To manually load the model into Fairo (Fairo can also automatically find models, using resource discovery, which we won't cover in this post) navigate to the models' page, click create a new model.
Select MLFlow as the model source, select your schema, and model ID from the dropdown.
Here is where you can configure details about the model, including the base model (if applicable),type, architecture, supported languages, citations/references, license, model card, lifecycle stage, and inference table.
To add the inference table, just click the button and select the table we created from the previous step.

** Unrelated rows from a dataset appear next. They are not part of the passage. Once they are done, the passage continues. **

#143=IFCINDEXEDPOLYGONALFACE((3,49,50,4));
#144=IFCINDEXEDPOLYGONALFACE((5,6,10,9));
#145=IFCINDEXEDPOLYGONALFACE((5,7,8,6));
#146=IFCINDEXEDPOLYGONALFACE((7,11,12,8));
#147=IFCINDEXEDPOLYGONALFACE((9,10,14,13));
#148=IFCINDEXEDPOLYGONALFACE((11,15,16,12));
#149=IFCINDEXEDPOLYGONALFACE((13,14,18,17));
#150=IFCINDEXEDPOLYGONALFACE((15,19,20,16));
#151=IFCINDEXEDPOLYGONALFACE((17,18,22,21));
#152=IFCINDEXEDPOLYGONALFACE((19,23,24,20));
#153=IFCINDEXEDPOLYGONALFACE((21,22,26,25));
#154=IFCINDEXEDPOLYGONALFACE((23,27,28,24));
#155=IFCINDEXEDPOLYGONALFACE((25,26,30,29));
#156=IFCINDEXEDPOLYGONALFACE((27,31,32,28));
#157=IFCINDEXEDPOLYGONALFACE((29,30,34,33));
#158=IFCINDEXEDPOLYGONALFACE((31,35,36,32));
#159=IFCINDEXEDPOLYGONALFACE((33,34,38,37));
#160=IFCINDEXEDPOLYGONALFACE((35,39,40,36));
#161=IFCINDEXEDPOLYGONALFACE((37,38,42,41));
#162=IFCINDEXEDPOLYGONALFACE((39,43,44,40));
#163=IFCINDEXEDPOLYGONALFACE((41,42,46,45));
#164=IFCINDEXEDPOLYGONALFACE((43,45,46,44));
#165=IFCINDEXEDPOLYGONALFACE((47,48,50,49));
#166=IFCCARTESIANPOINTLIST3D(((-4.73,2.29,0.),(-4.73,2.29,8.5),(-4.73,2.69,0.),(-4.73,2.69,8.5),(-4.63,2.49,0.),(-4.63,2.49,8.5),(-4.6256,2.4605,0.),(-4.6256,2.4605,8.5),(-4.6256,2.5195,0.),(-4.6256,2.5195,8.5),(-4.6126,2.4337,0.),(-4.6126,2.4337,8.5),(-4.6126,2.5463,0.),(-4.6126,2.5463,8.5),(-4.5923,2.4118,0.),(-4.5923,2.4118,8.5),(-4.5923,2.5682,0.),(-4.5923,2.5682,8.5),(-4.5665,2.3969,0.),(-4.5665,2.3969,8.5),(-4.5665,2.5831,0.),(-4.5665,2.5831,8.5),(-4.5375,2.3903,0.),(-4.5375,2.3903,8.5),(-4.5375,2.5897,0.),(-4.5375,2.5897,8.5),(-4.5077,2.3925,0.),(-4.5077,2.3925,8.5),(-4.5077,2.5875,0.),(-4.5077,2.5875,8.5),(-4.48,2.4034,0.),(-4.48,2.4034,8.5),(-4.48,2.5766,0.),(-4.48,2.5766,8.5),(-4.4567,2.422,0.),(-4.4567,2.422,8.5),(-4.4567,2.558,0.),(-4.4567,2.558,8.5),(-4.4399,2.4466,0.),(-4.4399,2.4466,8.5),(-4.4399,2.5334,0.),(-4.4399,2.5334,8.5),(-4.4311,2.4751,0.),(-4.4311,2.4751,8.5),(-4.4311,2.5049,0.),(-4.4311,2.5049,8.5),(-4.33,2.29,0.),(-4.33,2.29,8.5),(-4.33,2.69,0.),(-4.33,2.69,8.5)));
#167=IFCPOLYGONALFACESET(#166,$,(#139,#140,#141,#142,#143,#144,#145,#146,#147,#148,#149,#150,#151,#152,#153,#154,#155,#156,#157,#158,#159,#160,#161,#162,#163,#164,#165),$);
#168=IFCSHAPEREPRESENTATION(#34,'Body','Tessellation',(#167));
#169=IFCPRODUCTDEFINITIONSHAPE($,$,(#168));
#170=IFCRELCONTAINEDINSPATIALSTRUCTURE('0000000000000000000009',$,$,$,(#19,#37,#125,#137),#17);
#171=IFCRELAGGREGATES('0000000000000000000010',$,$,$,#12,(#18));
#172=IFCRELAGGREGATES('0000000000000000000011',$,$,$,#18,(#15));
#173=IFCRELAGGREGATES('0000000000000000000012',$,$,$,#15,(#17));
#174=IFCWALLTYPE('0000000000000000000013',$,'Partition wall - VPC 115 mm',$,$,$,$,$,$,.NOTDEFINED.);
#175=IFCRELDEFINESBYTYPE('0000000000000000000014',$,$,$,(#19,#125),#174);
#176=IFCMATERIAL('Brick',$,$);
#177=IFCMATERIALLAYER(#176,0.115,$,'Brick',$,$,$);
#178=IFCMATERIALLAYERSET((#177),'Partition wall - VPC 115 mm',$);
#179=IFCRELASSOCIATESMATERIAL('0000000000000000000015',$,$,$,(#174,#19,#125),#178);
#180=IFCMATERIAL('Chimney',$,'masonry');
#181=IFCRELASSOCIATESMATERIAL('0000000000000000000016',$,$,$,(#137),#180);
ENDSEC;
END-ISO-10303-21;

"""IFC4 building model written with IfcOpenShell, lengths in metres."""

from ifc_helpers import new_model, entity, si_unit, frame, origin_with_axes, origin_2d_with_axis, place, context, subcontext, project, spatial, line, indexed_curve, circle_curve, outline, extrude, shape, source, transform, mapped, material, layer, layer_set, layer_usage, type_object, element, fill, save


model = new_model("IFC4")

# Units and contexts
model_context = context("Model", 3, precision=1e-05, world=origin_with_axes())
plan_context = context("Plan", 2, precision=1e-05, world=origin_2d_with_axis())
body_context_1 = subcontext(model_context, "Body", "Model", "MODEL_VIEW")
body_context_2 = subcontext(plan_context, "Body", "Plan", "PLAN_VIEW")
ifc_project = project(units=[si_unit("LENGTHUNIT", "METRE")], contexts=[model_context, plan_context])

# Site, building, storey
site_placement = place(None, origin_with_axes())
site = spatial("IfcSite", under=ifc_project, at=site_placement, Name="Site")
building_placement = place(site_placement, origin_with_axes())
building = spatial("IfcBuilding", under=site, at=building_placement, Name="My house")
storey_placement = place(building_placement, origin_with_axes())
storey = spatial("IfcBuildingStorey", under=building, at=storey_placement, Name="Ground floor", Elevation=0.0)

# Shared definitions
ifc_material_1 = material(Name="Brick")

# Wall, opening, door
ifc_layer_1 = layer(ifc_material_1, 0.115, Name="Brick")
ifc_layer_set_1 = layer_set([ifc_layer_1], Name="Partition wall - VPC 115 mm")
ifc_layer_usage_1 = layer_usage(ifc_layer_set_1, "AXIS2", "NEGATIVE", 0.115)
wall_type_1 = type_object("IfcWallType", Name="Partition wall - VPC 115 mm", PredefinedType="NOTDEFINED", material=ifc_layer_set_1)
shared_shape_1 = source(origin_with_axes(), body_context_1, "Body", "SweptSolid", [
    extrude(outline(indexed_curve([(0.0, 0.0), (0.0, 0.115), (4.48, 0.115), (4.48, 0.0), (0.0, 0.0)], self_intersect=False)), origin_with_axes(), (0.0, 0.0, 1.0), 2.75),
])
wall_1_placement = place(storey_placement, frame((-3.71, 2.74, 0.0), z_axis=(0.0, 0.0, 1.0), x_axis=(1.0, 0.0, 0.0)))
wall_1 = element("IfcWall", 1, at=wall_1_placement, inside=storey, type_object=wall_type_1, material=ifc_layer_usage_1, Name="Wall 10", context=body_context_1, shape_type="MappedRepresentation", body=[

Important: Be sure to set the lifecycle stage to Implementation and Deployment if you are generating inferences in production for customers, as this will trigger a number of AI-posture related tests from Fairo that will make sure your model is behaving as expected.
After saving, you will see the tests badge appear on the left-hand side of the model details. These tests are Fairo’s AI posture tests, that serve a variety of quality, risk, and compliance functions.

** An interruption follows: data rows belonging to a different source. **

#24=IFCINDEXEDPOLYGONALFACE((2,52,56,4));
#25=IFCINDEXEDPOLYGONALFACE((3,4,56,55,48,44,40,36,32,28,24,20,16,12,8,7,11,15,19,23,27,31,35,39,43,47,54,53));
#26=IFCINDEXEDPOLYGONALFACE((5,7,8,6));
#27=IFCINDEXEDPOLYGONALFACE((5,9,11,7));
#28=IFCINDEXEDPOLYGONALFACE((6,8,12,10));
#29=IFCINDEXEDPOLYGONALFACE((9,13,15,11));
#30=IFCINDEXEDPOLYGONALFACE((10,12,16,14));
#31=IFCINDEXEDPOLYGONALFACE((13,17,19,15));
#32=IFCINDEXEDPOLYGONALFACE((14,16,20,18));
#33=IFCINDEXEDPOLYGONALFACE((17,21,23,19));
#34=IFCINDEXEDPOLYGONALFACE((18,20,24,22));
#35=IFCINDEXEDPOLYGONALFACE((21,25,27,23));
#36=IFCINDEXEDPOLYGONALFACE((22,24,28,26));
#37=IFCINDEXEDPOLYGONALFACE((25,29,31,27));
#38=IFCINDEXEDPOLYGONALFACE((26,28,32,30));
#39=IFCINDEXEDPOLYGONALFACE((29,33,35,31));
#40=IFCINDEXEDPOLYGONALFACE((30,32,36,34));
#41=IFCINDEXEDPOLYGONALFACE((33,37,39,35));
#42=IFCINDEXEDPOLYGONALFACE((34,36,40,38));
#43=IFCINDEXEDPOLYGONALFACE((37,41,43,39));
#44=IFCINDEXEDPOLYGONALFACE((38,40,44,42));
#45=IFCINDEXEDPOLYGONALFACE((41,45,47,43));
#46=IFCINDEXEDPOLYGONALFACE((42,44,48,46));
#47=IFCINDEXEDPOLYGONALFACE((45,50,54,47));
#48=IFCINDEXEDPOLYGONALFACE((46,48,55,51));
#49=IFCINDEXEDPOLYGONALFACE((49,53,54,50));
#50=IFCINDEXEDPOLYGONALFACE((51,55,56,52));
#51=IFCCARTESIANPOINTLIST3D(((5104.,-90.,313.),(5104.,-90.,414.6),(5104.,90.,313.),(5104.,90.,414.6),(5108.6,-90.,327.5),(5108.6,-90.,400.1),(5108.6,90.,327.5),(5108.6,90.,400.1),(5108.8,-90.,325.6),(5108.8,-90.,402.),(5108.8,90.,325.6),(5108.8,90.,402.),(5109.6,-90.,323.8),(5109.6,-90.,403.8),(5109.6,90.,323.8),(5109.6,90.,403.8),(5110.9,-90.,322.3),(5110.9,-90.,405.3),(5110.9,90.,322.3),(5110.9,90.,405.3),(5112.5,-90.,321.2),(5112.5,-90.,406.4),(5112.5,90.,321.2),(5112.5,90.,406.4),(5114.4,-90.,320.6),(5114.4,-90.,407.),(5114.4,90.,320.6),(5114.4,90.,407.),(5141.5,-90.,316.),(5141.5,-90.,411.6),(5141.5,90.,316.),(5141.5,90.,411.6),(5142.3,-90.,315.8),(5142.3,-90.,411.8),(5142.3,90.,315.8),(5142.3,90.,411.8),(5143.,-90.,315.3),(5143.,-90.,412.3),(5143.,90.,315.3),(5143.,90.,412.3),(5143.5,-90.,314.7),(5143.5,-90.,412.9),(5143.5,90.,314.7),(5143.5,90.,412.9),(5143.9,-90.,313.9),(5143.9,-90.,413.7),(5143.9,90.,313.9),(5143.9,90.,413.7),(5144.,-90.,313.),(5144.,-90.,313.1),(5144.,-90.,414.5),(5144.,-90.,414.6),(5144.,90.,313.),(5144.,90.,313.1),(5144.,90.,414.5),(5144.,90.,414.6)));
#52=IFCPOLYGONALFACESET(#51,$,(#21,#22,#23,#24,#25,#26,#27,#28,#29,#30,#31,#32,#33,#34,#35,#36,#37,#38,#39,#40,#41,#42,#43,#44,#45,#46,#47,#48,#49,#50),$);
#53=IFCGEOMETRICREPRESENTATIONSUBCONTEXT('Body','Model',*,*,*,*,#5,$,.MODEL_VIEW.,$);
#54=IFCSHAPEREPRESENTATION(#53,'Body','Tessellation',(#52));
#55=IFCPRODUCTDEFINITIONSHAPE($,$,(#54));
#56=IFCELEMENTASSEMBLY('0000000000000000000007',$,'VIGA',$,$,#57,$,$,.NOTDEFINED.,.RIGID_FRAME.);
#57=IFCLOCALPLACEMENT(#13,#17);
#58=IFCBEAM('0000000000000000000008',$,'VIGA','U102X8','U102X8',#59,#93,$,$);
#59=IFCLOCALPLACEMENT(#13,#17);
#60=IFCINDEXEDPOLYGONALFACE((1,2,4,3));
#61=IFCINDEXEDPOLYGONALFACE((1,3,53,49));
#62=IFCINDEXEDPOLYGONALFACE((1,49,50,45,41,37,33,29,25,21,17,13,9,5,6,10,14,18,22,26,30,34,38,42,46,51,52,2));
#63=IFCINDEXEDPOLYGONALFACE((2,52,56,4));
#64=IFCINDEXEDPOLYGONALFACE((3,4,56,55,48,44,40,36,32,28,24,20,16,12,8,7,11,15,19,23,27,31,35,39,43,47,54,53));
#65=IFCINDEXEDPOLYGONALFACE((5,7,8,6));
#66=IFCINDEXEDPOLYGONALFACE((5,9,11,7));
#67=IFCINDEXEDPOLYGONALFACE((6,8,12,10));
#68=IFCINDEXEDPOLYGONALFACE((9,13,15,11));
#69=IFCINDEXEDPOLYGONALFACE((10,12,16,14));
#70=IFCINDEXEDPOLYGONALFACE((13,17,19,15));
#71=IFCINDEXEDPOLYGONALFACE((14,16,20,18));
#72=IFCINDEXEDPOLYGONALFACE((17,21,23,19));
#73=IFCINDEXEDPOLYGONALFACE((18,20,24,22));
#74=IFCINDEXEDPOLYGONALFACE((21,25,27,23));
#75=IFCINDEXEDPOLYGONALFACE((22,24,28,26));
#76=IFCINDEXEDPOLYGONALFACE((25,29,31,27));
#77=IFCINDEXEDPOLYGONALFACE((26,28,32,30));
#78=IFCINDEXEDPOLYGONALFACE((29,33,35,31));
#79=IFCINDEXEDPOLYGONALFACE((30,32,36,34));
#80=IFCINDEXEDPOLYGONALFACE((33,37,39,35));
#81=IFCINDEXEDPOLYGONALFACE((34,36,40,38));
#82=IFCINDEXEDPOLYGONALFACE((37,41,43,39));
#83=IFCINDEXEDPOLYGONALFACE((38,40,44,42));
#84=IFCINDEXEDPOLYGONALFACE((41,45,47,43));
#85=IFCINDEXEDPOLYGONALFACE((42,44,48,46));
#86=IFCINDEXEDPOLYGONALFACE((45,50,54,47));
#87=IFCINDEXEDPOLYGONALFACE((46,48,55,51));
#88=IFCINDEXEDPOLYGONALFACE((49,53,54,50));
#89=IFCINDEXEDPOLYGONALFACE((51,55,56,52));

Clicking the test badge will bring you the evidence test screen where we are evaluating table monitors for all of your models that are in the Implementation and Deployment lifecycle stage.

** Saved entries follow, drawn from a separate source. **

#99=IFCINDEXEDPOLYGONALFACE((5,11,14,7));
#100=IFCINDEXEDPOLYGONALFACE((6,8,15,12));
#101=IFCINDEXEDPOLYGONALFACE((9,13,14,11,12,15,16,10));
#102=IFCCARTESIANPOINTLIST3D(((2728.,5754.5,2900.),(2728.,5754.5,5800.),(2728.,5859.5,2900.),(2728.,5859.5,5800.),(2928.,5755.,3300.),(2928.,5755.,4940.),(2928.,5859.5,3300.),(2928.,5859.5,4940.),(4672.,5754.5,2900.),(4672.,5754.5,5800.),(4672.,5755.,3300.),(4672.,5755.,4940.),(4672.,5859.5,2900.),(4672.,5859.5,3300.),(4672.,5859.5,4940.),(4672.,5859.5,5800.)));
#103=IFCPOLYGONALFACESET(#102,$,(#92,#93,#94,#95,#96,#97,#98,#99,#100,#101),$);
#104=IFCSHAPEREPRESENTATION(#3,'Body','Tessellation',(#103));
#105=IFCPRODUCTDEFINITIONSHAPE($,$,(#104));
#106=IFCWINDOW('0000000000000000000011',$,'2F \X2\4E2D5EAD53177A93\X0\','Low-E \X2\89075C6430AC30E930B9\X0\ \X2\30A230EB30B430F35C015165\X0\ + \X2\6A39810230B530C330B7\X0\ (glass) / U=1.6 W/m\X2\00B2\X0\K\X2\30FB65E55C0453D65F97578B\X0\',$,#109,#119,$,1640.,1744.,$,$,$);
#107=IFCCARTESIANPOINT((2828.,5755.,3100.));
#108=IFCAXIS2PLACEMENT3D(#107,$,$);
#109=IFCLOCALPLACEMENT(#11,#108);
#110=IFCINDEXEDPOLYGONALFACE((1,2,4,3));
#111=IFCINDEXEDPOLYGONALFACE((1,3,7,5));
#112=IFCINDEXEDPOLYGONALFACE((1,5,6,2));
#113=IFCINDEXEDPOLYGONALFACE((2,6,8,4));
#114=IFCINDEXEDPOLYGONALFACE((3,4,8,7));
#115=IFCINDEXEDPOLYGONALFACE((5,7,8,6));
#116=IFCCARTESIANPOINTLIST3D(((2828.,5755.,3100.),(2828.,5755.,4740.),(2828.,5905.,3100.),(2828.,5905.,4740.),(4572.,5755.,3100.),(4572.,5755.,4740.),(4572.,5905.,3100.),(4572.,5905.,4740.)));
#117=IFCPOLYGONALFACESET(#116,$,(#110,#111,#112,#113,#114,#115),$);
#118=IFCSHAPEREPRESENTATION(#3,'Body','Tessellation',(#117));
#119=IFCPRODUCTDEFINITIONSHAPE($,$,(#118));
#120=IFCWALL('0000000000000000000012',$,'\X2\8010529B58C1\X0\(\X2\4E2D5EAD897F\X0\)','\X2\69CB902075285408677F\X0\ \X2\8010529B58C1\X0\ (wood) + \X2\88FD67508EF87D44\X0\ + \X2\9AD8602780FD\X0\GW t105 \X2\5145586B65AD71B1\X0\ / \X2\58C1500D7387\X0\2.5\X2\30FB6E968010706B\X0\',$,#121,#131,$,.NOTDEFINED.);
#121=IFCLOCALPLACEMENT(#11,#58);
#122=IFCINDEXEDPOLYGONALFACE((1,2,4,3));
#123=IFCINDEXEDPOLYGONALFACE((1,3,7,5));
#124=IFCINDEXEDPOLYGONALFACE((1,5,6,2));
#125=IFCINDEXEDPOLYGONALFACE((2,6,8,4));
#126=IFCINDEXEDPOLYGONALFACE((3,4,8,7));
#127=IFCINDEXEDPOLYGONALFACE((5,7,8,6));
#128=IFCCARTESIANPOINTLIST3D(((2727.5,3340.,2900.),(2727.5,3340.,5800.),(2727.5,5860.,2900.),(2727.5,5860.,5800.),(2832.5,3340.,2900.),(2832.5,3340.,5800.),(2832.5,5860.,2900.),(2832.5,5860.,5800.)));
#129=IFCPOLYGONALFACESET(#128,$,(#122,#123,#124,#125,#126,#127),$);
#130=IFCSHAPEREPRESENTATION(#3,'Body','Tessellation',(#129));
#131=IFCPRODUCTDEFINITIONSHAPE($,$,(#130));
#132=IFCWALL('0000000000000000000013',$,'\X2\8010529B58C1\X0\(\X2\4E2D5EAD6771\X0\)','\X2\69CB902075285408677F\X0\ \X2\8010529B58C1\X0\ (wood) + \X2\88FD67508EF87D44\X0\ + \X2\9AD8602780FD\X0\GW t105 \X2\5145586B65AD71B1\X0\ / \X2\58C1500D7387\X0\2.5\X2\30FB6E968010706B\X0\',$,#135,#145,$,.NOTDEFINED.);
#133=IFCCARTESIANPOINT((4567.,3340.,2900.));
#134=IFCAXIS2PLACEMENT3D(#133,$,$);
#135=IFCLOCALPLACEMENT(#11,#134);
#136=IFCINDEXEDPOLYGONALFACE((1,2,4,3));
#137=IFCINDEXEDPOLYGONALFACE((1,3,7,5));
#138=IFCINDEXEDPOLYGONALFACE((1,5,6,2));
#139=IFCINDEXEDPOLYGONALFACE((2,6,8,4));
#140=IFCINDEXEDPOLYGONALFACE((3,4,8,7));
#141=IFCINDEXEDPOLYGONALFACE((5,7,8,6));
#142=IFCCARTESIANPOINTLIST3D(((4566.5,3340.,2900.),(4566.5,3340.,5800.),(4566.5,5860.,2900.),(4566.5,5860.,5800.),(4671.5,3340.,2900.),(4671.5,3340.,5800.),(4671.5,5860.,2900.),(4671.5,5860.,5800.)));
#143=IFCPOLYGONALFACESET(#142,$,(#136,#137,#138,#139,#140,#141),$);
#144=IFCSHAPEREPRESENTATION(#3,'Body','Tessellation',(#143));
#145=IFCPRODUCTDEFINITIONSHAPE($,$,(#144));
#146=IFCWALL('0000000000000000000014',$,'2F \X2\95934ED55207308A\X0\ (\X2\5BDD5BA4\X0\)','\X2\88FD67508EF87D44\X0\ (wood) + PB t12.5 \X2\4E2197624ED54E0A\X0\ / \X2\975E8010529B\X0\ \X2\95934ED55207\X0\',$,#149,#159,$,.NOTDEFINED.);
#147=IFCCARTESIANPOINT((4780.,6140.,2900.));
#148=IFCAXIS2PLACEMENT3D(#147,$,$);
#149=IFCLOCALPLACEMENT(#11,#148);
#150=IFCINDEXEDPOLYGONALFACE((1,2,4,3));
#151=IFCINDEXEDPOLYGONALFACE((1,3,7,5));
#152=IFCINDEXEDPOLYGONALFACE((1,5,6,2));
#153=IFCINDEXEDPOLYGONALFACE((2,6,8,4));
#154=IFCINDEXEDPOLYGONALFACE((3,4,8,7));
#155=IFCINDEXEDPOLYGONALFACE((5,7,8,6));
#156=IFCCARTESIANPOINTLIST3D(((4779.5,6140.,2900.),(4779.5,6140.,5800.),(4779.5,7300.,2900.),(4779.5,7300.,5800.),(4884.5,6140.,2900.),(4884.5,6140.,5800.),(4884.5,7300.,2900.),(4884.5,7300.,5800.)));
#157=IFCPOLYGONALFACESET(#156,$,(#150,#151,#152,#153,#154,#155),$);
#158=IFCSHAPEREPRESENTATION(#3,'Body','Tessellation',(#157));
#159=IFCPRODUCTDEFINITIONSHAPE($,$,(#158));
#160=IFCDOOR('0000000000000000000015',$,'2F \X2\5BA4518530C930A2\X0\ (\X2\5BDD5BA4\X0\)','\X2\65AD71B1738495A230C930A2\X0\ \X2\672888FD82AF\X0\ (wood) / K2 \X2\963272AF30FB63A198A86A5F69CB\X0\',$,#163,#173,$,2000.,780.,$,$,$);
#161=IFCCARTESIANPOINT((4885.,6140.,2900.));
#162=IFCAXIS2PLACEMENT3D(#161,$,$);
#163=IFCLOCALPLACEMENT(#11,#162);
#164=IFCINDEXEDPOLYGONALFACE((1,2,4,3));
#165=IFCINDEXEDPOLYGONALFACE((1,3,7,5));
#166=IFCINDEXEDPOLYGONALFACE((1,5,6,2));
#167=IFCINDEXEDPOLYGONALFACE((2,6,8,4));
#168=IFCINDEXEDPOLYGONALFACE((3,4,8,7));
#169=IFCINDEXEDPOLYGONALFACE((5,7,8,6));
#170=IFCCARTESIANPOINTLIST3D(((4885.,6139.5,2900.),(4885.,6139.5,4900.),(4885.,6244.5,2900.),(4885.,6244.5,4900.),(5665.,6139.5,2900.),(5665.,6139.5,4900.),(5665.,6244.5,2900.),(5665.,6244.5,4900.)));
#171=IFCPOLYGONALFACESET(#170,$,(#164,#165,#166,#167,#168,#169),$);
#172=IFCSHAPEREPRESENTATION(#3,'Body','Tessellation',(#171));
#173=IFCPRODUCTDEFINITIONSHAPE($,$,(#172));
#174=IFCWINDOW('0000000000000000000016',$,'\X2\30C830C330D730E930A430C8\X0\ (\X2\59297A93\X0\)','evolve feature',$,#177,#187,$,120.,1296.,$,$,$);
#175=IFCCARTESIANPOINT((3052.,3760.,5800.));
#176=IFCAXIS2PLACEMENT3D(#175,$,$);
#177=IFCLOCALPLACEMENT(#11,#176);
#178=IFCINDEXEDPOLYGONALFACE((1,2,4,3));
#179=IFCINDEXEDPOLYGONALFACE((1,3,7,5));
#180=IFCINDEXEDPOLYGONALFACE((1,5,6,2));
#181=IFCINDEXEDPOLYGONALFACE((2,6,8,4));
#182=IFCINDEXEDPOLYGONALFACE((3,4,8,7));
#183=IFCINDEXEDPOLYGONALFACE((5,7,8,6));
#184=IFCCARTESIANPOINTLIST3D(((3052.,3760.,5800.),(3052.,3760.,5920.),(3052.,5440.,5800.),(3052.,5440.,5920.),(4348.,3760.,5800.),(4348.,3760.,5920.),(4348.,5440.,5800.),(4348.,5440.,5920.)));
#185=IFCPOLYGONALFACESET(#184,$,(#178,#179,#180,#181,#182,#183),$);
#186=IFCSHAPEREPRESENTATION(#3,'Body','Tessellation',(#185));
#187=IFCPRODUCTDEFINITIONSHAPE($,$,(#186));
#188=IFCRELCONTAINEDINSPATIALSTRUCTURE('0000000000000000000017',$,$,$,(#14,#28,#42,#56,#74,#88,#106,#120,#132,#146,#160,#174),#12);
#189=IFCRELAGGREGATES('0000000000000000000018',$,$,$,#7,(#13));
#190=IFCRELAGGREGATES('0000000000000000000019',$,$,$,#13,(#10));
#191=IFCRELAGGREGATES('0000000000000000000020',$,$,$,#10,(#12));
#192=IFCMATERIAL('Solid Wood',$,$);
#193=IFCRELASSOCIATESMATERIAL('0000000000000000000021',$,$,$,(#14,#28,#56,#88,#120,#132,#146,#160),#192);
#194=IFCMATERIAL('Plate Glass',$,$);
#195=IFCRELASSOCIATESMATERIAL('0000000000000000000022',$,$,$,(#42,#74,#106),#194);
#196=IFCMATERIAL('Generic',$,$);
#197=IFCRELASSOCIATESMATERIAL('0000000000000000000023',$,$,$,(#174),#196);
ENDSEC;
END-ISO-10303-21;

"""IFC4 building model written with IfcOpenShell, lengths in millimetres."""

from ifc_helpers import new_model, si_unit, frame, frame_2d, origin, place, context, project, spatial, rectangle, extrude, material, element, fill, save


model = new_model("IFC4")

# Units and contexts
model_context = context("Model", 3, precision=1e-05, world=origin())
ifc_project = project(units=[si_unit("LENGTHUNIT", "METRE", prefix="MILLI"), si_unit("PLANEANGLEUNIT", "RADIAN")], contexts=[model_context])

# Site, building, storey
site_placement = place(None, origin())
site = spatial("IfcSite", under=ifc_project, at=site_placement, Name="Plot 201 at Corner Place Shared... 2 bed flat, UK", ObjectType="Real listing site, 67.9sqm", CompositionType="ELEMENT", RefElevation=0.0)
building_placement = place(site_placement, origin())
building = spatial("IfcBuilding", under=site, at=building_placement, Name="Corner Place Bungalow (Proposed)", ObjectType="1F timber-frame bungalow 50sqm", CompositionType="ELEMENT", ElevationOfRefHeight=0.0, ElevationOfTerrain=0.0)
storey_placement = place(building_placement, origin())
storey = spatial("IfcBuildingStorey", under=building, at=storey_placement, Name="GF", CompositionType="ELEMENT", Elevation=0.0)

If the test fails for any of your models, a 'Create Monitor' button will appear. Clicking it will help you easily configure the monitor from within Fairo’s UI.
To make the monitor configuration even easier, Fairo’s AI agent can detect which fields store predictions, timestamp, model ID, as well as what type of problem the model is solving (this is saved on the model card too), and which features can be used to evaluate the model for bias.
The agent will not create any monitors for you, just fill in the requested fields in the modal for you to review. Note that the action will not read your data, it will just read the schema, and guess the fields and slicing expressions based on the available information including column name, type, length and description.
If you are satisfied with the monitor configuration, click create monitor and Fairo will call the Databricks API to set it up automatically.
Once the test is complete, the test status will update to 'OK.' You now have a monitor setup, and we will continuously make sure that the monitor is in place and working.
The results of these tests are associated with a variety of controls in the platform, and can provide necessary evidence for frameworks and laws including Colorado's Life Insurance law and AI Act, ISO 42001, NIST AI Risk Management Framework, and EU AI Act.
Next Steps
With Fairo, you don’t need to worry about making sure your model has the appropriate monitoring set up. Based on a variety of data we capture in our platform, including intended uses, impacted party personas, and technical information, we are able to ensure your AI monitoring posture is consistently in line with best risk, quality, and regulatory practices.
Now you know how to set up inference tables for your models and monitor them effectively, we can start to go into deeper detail on testing and evaluating our AI models. We will be publishing follow-ups to this tutorial in the coming weeks that will show you how to test your AI agents and reduce hallucinations like a pro. Even if your organization is new to AI, Fairo will make sure you operate like a seasoned professional across all aspects of AI governance, risk, quality, and compliance.